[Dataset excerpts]
::::::::

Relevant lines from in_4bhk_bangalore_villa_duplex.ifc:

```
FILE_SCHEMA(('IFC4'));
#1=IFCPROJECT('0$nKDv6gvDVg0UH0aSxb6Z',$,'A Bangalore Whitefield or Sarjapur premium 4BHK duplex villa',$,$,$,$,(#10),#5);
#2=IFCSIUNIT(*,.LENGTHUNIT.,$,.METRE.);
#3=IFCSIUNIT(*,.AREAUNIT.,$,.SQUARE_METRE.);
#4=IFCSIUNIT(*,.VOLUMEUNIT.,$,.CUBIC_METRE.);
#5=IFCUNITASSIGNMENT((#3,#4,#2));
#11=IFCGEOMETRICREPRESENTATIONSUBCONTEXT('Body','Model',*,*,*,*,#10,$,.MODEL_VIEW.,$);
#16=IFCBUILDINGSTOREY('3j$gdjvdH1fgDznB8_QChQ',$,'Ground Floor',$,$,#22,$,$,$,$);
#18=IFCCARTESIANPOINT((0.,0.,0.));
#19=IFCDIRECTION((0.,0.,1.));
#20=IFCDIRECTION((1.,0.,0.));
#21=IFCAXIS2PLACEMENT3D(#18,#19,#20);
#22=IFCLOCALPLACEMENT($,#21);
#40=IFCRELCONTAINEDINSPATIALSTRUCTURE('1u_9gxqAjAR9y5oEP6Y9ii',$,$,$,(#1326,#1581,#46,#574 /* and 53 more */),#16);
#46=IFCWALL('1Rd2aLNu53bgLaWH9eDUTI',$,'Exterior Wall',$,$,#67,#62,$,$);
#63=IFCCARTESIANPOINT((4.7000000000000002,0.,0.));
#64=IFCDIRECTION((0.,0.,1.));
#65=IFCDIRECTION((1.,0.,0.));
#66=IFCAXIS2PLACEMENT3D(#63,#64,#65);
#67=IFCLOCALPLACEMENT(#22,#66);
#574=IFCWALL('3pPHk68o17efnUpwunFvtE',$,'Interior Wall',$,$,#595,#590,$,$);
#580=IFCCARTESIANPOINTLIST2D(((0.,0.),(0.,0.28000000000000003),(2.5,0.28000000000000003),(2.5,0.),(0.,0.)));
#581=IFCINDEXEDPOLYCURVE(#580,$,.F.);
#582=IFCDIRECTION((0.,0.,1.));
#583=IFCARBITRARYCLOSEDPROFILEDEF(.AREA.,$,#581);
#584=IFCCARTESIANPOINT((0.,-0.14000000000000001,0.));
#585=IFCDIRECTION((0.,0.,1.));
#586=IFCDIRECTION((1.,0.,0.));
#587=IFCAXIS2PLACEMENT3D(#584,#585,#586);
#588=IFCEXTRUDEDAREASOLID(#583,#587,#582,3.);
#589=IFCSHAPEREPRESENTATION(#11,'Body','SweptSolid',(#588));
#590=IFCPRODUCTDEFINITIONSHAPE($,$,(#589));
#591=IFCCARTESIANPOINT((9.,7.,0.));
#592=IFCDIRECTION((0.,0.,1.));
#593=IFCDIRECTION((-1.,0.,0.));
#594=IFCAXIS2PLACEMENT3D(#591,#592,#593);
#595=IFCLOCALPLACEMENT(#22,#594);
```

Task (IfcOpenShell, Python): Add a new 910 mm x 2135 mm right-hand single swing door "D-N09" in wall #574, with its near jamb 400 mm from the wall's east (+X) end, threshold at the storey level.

```python
import numpy as np
import ifcopenshell
import ifcopenshell.api.feature
import ifcopenshell.api.geometry
import ifcopenshell.api.root
import ifcopenshell.api.spatial
import ifcopenshell.geom
import ifcopenshell.util.element
import ifcopenshell.util.placement
import ifcopenshell.util.representation
import ifcopenshell.util.shape
import ifcopenshell.util.unit

model = ifcopenshell.open("in_4bhk_bangalore_villa_duplex.ifc")
unit_scale = ifcopenshell.util.unit.calculate_unit_scale(model)
settings = ifcopenshell.geom.settings()


def volume(element):
    """Net volume in cubic metres, openings subtracted."""
    shape = ifcopenshell.geom.create_shape(settings, element)
    return ifcopenshell.util.shape.get_volume(shape.geometry)


wall = model.by_guid("3pPHk68o17efnUpwunFvtE")
storey = ifcopenshell.util.element.get_container(wall, ifc_class="IfcBuildingStorey")
context = ifcopenshell.util.representation.get_context(model, "Model", "Body", "MODEL_VIEW")
before = volume(wall)

width, height, from_end, sill = 0.91, 2.135, 0.4, 0.0  # metres

# The wall runs along its own X axis, and the end named is its -X end.
wall_shape = ifcopenshell.geom.create_shape(settings, wall)
x, y, z = ifcopenshell.util.shape.get_vertices(wall_shape.geometry).T
start = x.min() + from_end
face, thickness = float(y.min()), float(y.max() - y.min())
wall_matrix = ifcopenshell.util.placement.get_local_placement(wall.ObjectPlacement)
level = ifcopenshell.util.placement.get_local_placement(storey.ObjectPlacement)[2, 3]


def in_wall(x, y):
    """Placement at x, y metres in the wall's axes, at sill height."""
    matrix = wall_matrix.copy()
    matrix[:, 3] = wall_matrix @ np.array([x / unit_scale, y / unit_scale, 0.0, 1.0])
    matrix[2, 3] = level + sill / unit_scale
    return matrix


# Opening: a box that overshoots both wall faces by 50 mm.
opening = ifcopenshell.api.root.create_entity(model, ifc_class="IfcOpeningElement", predefined_type="OPENING")
box = ifcopenshell.api.geometry.add_wall_representation(
    model, context=context, length=width, height=height, thickness=thickness + 0.1
)
ifcopenshell.api.geometry.assign_representation(model, product=opening, representation=box)
ifcopenshell.api.geometry.edit_object_placement(model, product=opening, matrix=in_wall(start, face - 0.05), is_si=False)
ifcopenshell.api.feature.add_feature(model, feature=opening, element=wall)

door = ifcopenshell.api.root.create_entity(model, ifc_class="IfcDoor", name="D-N09", predefined_type="DOOR")
door.OverallWidth, door.OverallHeight = width / unit_scale, height / unit_scale
door.OperationType = "SINGLE_SWING_RIGHT"
body = ifcopenshell.api.geometry.add_door_representation(
    model,
    context=context,
    overall_width=door.OverallWidth,
    overall_height=door.OverallHeight,
    operation_type="SINGLE_SWING_RIGHT",
    lining_properties={"LiningDepth": thickness / unit_scale, "ThresholdDepth": thickness / unit_scale},
)
ifcopenshell.api.geometry.assign_representation(model, product=door, representation=body)
ifcopenshell.api.spatial.assign_container(model, products=[door], relating_structure=storey)
ifcopenshell.api.feature.add_filling(model, opening=opening, element=door)

# The lining spans the wall, so the door starts at the wall face.
ifcopenshell.api.geometry.edit_object_placement(model, product=door, matrix=in_wall(start, face), is_si=False)

after = volume(wall)

print(f"wall volume {before:.3f} -> {after:.3f} m3")

model.write("in_4bhk_bangalore_villa_duplex_v2.ifc")
```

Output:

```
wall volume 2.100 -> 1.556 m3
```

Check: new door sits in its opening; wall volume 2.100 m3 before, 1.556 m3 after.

::::::::

How to complete this task | Write the number of lines above that contain the string "IFCWALL", and nothing besides.

Written solution | 2